Study design This case-controlled open study was carried out from January through June 1996. The protocol (Fig 1) was reviewed and approved by the Institutional Review Board of Doai Memorial Hospital. Before the study, each subject was fully informed of the purpose and procedures of the study, and written informed consent was obtained from all subjects. After an initial 2-week run-in period, the treatment group was administered 100 mg of suplatast tosilate 3 times daily for 6 weeks. PEF was measured twice daily in the morning and evening, and the patients were asked to keep an asthma diary. The symptoms score was calculated from those records. An AHR test, induced sputum collection, and a bronchial biopsy were performed at the beginning and end of the study. The biopsy specimens were stained by the methods described below to determine changes in the numbers of infiltrating eosinophils, EG2+ cells, and CD3+, CD4+, CD8+, and CD25+ cells. The induced sputum was examined for the percentage of eosinophils.

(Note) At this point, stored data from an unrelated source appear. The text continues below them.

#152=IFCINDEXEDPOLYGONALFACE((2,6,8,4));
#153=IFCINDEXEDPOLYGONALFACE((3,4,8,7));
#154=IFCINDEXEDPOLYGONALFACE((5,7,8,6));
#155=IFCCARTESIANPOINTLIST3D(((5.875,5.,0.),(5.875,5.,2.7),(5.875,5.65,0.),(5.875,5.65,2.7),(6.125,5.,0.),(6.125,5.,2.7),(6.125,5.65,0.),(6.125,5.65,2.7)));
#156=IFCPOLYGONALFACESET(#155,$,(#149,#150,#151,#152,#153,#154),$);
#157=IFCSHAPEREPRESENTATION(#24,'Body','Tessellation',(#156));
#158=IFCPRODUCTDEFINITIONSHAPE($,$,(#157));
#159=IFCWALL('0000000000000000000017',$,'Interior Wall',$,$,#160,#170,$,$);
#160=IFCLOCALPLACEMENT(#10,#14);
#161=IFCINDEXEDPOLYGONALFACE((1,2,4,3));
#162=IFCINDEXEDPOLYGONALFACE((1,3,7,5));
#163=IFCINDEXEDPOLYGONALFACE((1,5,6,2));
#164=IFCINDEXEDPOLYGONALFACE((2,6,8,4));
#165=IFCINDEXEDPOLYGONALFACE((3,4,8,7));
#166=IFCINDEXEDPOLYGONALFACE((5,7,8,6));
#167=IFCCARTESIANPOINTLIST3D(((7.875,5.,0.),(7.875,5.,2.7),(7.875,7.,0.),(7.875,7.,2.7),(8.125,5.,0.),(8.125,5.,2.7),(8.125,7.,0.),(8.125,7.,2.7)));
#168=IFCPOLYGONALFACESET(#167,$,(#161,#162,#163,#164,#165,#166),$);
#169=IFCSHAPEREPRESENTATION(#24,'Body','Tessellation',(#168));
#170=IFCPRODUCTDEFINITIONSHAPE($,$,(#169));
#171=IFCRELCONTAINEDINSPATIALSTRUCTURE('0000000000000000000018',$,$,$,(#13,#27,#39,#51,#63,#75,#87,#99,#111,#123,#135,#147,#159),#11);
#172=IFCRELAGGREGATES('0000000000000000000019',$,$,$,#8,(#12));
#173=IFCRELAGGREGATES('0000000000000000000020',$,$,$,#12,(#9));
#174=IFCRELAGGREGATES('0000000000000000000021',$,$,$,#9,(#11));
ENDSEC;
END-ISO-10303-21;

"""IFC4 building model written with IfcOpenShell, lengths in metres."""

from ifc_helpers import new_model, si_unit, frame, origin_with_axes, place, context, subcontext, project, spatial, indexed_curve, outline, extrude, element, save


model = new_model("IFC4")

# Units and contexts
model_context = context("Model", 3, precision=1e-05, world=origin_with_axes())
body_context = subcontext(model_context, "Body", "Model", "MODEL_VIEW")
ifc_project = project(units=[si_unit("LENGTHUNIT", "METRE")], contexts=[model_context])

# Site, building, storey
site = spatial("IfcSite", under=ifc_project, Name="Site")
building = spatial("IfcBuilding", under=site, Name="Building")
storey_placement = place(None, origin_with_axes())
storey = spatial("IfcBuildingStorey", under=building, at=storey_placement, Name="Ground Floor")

Airway hyperresponsiveness AHR was evaluated according to the standard method established by the Japan Cooperative Research Group on Inhalation Test Standardization.12 Antiasthmatic agents were withdrawn 12 hours before the test. Solutions of histamine dihydrochloride serially diluted 1:2 with saline were used as inhalants. FEV1 measured before the test was taken as the baseline value. Using a no. 646 DeVilbiss nebulizer (DeVilbiss Health Care Inc, Somerset, Pa), the patient inhaled saline solution with 5 L/min compressed air for 2 minutes while breathing normally. When it was confirmed that FEV1 did not decrease by 10% or greater, the patient inhaled histamine solutions, starting with the lowest concentration of 39 g/mL. FEV1 was measured immediately after the inhalation, and the concentration of the histamine solution was repeatedly doubled (20,000 g/mL maximum) until the FEV1 immediately after the inhalation decreased by 20% or greater from the baseline value. The concentration of histamine solution that caused FEV1 to decrease by 20% (PC20 histamine) was calculated and analyzed as an index of AHR.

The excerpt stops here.